#### PROBLEM
Look below for the line containing "#93=IFCMATERIAL('Default',$,$);" and the line containing "END-ISO-10303-21;"; repeat exactly those two lines and all lines between them, and nothing else.

#### MATERIAL SHOWN
- - -

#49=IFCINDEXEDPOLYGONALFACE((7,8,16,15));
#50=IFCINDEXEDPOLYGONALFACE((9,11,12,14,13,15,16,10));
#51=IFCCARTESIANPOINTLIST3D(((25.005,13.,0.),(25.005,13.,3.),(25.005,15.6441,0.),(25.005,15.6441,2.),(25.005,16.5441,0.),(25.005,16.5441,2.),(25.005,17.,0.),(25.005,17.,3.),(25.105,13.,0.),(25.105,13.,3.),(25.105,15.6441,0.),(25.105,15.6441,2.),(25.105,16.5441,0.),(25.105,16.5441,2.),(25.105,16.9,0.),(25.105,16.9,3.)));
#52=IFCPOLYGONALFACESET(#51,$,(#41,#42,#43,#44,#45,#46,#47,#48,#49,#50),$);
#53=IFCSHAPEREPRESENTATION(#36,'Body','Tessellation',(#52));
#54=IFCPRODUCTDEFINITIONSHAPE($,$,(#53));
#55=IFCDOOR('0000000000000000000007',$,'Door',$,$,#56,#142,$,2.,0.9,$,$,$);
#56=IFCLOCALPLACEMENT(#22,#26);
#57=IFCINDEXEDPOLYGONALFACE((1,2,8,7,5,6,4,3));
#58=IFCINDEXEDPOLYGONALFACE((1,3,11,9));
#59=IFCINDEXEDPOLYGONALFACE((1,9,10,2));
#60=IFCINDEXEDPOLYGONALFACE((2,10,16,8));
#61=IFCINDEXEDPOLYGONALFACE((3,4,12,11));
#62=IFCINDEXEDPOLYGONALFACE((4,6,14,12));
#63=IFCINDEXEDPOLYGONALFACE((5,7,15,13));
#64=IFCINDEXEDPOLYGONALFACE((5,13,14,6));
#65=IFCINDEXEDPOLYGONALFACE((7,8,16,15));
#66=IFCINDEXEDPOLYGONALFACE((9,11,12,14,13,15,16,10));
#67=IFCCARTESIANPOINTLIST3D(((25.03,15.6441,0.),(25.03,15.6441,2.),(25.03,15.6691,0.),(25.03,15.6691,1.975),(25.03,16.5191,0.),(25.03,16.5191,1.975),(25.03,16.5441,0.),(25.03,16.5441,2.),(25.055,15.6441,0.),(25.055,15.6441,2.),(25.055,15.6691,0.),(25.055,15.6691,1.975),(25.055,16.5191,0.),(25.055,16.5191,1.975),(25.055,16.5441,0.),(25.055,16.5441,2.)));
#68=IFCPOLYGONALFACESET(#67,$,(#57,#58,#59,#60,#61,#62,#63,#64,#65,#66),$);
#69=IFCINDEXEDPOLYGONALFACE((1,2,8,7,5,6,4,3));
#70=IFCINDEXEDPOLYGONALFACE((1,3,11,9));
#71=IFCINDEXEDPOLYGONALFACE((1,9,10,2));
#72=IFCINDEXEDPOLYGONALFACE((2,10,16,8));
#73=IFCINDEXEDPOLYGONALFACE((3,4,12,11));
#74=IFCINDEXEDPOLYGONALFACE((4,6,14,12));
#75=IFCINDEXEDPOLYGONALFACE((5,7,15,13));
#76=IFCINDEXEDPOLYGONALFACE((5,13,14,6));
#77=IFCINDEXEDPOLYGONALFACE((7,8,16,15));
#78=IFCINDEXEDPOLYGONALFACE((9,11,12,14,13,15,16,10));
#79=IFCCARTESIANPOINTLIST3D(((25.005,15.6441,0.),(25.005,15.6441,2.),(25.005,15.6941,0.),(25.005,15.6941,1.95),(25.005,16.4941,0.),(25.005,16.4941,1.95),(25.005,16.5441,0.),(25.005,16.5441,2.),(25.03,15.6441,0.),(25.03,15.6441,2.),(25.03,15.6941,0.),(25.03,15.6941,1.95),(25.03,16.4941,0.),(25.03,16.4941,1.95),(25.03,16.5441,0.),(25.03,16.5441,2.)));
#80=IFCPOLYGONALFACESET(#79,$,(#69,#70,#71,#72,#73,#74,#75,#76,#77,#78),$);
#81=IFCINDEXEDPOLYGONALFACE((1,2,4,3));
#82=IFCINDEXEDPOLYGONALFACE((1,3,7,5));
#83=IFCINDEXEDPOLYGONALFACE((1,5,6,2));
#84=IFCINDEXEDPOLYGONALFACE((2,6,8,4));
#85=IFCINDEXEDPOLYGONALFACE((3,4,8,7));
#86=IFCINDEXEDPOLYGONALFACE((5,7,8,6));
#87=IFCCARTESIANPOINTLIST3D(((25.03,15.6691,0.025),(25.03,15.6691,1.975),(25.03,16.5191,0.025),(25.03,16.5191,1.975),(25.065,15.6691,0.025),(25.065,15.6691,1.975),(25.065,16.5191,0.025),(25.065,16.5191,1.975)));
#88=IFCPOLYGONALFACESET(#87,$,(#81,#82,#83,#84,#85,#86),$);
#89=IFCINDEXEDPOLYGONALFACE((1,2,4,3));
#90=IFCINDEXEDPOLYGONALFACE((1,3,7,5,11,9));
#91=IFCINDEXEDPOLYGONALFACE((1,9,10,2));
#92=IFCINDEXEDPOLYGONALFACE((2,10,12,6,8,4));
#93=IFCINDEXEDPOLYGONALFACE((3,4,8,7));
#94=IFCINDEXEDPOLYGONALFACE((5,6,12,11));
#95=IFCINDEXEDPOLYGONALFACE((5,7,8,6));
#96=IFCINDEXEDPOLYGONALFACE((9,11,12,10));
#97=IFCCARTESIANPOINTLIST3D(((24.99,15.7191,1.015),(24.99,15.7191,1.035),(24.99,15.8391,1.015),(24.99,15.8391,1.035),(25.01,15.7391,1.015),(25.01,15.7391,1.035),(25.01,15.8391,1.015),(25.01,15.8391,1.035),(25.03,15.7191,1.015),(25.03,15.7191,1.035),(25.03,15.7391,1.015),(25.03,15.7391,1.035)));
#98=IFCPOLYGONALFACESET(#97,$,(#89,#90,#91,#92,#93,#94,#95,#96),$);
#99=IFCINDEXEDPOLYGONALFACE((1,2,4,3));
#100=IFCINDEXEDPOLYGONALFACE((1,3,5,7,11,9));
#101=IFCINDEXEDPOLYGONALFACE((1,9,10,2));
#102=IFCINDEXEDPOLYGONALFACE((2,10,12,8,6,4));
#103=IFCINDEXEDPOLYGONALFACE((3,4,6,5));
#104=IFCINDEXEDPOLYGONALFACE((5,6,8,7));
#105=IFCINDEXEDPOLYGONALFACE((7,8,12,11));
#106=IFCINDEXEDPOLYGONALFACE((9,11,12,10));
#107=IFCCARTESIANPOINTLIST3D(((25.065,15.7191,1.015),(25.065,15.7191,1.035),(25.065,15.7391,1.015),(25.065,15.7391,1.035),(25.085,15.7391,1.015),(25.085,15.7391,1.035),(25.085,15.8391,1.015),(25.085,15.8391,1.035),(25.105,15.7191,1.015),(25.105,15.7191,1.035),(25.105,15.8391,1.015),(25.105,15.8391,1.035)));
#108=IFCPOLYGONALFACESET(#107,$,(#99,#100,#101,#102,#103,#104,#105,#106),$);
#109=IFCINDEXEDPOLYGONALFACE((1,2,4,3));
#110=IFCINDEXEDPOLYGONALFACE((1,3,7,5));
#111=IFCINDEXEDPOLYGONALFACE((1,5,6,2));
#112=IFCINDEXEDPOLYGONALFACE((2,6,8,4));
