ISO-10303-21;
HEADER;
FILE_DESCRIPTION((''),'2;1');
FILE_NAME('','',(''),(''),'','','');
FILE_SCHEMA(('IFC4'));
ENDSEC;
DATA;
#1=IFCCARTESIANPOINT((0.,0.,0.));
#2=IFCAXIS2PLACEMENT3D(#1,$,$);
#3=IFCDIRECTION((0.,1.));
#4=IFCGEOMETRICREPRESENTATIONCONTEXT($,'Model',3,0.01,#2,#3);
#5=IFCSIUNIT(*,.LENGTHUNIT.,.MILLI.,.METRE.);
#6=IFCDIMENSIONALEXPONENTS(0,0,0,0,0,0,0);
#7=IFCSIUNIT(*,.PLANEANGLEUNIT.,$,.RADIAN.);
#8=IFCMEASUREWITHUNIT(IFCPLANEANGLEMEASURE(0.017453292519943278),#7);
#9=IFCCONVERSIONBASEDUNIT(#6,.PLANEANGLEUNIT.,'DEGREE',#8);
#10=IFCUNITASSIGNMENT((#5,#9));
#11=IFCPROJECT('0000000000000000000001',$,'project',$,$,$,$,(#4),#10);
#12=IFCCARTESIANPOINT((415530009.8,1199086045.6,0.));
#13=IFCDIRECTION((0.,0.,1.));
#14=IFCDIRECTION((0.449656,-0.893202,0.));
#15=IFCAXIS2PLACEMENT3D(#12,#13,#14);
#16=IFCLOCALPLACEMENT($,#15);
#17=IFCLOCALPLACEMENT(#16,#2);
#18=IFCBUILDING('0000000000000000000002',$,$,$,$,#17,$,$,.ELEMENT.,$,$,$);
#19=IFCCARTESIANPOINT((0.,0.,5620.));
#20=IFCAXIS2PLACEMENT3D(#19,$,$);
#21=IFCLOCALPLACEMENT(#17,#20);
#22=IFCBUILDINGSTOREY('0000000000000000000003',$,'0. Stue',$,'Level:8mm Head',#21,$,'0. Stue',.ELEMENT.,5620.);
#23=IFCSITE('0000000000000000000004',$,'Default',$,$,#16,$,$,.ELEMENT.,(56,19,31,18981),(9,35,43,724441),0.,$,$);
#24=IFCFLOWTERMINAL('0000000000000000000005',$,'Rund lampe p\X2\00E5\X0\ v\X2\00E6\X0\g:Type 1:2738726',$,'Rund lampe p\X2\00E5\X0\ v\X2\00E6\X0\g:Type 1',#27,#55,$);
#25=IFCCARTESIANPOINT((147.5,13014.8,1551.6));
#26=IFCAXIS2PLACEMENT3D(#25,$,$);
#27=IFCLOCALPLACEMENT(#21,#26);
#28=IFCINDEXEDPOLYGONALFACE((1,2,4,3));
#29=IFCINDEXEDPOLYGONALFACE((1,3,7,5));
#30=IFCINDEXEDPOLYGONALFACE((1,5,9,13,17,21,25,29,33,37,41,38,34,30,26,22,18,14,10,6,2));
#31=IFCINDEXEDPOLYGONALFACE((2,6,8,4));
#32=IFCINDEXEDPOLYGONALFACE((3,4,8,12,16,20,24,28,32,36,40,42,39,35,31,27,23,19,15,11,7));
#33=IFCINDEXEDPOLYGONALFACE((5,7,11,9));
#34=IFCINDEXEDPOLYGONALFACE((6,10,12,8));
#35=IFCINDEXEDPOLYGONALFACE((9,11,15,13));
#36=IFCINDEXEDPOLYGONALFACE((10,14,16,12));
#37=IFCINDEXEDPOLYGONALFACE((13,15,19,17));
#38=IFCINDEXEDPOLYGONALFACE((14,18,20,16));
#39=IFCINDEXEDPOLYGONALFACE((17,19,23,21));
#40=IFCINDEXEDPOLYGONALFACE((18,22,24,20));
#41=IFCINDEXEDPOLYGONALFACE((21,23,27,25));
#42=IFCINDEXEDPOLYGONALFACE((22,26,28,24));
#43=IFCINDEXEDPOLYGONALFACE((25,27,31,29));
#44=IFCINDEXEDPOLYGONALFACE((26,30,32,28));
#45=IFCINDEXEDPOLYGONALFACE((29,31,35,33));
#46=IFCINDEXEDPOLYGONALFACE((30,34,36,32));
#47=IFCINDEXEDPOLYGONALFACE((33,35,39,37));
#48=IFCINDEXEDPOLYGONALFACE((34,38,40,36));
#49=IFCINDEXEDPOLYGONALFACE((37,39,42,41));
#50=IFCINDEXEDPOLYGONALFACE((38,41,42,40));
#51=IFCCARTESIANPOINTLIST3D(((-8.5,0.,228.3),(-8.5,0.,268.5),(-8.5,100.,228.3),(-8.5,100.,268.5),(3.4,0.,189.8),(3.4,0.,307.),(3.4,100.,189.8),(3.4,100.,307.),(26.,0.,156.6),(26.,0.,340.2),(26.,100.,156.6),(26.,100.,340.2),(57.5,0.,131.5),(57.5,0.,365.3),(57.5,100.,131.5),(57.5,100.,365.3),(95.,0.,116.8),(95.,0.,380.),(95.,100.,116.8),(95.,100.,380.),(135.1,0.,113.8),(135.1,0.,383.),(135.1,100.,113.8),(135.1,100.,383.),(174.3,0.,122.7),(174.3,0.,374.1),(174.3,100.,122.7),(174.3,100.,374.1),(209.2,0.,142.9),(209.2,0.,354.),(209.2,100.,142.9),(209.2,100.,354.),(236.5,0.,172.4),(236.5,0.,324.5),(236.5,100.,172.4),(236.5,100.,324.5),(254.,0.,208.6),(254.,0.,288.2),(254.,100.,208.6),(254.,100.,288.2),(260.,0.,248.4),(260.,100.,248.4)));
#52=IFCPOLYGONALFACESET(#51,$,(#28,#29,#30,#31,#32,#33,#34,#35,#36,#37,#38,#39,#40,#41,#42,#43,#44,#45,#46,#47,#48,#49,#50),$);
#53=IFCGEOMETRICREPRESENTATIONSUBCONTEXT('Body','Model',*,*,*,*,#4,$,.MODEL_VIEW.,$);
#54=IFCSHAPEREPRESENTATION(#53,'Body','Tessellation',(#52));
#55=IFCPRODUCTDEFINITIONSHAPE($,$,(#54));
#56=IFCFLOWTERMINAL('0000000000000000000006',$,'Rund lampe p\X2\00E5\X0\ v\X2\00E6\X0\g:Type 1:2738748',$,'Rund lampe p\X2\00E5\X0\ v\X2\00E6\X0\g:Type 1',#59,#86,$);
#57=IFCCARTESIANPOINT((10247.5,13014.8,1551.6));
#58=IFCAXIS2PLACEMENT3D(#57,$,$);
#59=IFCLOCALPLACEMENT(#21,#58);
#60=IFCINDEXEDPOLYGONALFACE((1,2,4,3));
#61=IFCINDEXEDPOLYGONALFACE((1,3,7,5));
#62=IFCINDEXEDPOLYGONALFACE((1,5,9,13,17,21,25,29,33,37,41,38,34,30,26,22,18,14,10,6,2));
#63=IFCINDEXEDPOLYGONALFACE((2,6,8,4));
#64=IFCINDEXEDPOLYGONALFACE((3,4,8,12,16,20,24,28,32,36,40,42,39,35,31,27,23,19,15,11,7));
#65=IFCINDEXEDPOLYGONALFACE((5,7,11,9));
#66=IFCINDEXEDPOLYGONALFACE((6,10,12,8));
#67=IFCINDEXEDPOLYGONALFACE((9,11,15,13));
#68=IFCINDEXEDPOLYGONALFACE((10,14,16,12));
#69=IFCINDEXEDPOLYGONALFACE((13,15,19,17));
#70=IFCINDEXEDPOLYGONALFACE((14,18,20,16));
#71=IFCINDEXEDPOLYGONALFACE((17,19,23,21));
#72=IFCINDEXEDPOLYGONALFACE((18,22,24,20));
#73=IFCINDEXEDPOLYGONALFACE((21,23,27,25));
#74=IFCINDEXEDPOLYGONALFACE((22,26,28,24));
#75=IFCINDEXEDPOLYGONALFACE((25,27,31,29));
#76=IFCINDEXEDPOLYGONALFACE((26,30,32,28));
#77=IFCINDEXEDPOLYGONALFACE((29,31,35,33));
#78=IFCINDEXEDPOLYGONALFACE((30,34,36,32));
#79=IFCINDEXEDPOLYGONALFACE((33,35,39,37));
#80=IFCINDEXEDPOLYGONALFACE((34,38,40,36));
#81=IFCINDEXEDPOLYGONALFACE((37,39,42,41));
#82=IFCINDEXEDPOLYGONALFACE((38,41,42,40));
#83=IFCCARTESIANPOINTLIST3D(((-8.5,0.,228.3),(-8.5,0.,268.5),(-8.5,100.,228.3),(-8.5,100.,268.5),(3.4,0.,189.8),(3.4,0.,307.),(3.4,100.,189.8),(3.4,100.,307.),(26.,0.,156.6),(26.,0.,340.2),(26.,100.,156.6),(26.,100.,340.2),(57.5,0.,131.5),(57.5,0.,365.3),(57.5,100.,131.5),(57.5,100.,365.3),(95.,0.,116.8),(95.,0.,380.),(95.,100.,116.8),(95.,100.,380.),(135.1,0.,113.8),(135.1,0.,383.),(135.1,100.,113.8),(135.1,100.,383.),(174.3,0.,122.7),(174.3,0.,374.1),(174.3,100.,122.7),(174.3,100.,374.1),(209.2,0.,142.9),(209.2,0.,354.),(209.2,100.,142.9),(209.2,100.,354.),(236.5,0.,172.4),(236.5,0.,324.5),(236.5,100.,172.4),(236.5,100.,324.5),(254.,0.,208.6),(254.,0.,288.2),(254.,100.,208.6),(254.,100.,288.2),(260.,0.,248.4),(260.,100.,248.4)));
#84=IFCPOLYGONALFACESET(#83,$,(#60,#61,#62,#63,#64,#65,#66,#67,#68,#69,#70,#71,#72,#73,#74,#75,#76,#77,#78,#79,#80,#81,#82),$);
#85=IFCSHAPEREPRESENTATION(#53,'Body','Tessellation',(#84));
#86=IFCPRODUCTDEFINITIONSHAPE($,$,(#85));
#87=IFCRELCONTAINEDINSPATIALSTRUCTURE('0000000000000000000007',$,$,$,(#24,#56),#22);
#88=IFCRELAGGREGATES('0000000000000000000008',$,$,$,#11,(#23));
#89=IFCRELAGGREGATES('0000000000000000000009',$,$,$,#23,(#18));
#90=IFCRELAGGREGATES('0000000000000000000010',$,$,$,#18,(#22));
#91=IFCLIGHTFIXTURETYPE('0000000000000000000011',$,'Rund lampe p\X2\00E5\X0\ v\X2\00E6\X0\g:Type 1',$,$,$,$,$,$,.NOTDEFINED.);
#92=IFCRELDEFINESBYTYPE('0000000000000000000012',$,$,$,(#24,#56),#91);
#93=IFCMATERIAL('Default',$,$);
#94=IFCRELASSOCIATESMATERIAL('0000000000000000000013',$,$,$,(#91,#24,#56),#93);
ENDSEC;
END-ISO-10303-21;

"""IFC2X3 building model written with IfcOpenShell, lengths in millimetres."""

from ifc_helpers import new_model, entity, si_unit, converted_unit, direction, frame, frame_2d, origin, place, context, subcontext, project, spatial, circle, extrude, source, transform, mapped, material, type_object, type_shapes, element, save


model = new_model("IFC2X3")

# Units and contexts
model_context = context("Model", 3, precision=0.01, world=origin(), true_north=direction((0.0, 1.0)))
body_context = subcontext(model_context, "Body", "Model", "MODEL_VIEW")
ifc_project = project(units=[si_unit("LENGTHUNIT", "METRE", prefix="MILLI"), converted_unit("PLANEANGLEUNIT", "DEGREE", entity("IfcPlaneAngleMeasure", 0.017453292519943278), si_unit("PLANEANGLEUNIT", "RADIAN"), dimensions=[0, 0, 0, 0, 0, 0, 0])], contexts=[model_context])

# Site, building, storey
site_placement = place(None, frame((415530009.8, 1199086045.6, 0.0), z_axis=(0.0, 0.0, 1.0), x_axis=(0.449656, -0.893202, 0.0)))
site = spatial("IfcSite", under=ifc_project, at=site_placement, Name="Default", CompositionType="ELEMENT", RefLatitude=(56, 19, 31, 18981), RefLongitude=(9, 35, 43, 724441), RefElevation=0.0)
building_placement = place(site_placement, origin())
building = spatial("IfcBuilding", under=site, at=building_placement, CompositionType="ELEMENT")
storey_placement = place(building_placement, frame((0.0, 0.0, 5620.0)))
storey = spatial("IfcBuildingStorey", under=building, at=storey_placement, Name="0. Stue", ObjectType="Level:8mm Head", LongName="0. Stue", CompositionType="ELEMENT", Elevation=5620.0)

# Flow terminals
ifc_material_1 = material(Name="Default")
light_fixture_type_1 = type_object("IfcLightFixtureType", Name="Rund lampe på væg:Type 1", PredefinedType="NOTDEFINED", material=ifc_material_1)
shared_shape_1 = source(origin(), body_context, "Body", "SweptSolid", [
    extrude(circle(Radius=135.0, at=frame_2d((0.0, 0.0), x_axis=(1.0, 0.0))), frame((125.0, 0.0, 248.4), z_axis=(0.0, 1.0, 0.0), x_axis=(1.0, 0.0, 0.0)), (0.0, 0.0, 1.0), 100.0),
])
type_shapes(light_fixture_type_1, [shared_shape_1])
for number, where, name in (
    (1, (147.5, 13014.8, 1551.6), "Rund lampe på væg:Type 1:2738726"),
    (2, (10247.5, 13014.8, 1551.6), "Rund lampe på væg:Type 1:2738748"),
):
    element("IfcFlowTerminal", number, at=place(storey_placement, frame(where)), inside=storey, type_object=light_fixture_type_1, material=ifc_material_1, Name=name, ObjectType="Rund lampe på væg:Type 1", context=body_context, shape_type="MappedRepresentation", body=[
        mapped(shared_shape_1, transform((0.0, 0.0, 0.0), scale=1.0)),
    ])

save(model, "model.ifc")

- - -

#### EXERCISE RESULT
#93=IFCMATERIAL('Default',$,$);
#94=IFCRELASSOCIATESMATERIAL('0000000000000000000013',$,$,$,(#91,#24,#56),#93);
ENDSEC;
END-ISO-10303-21;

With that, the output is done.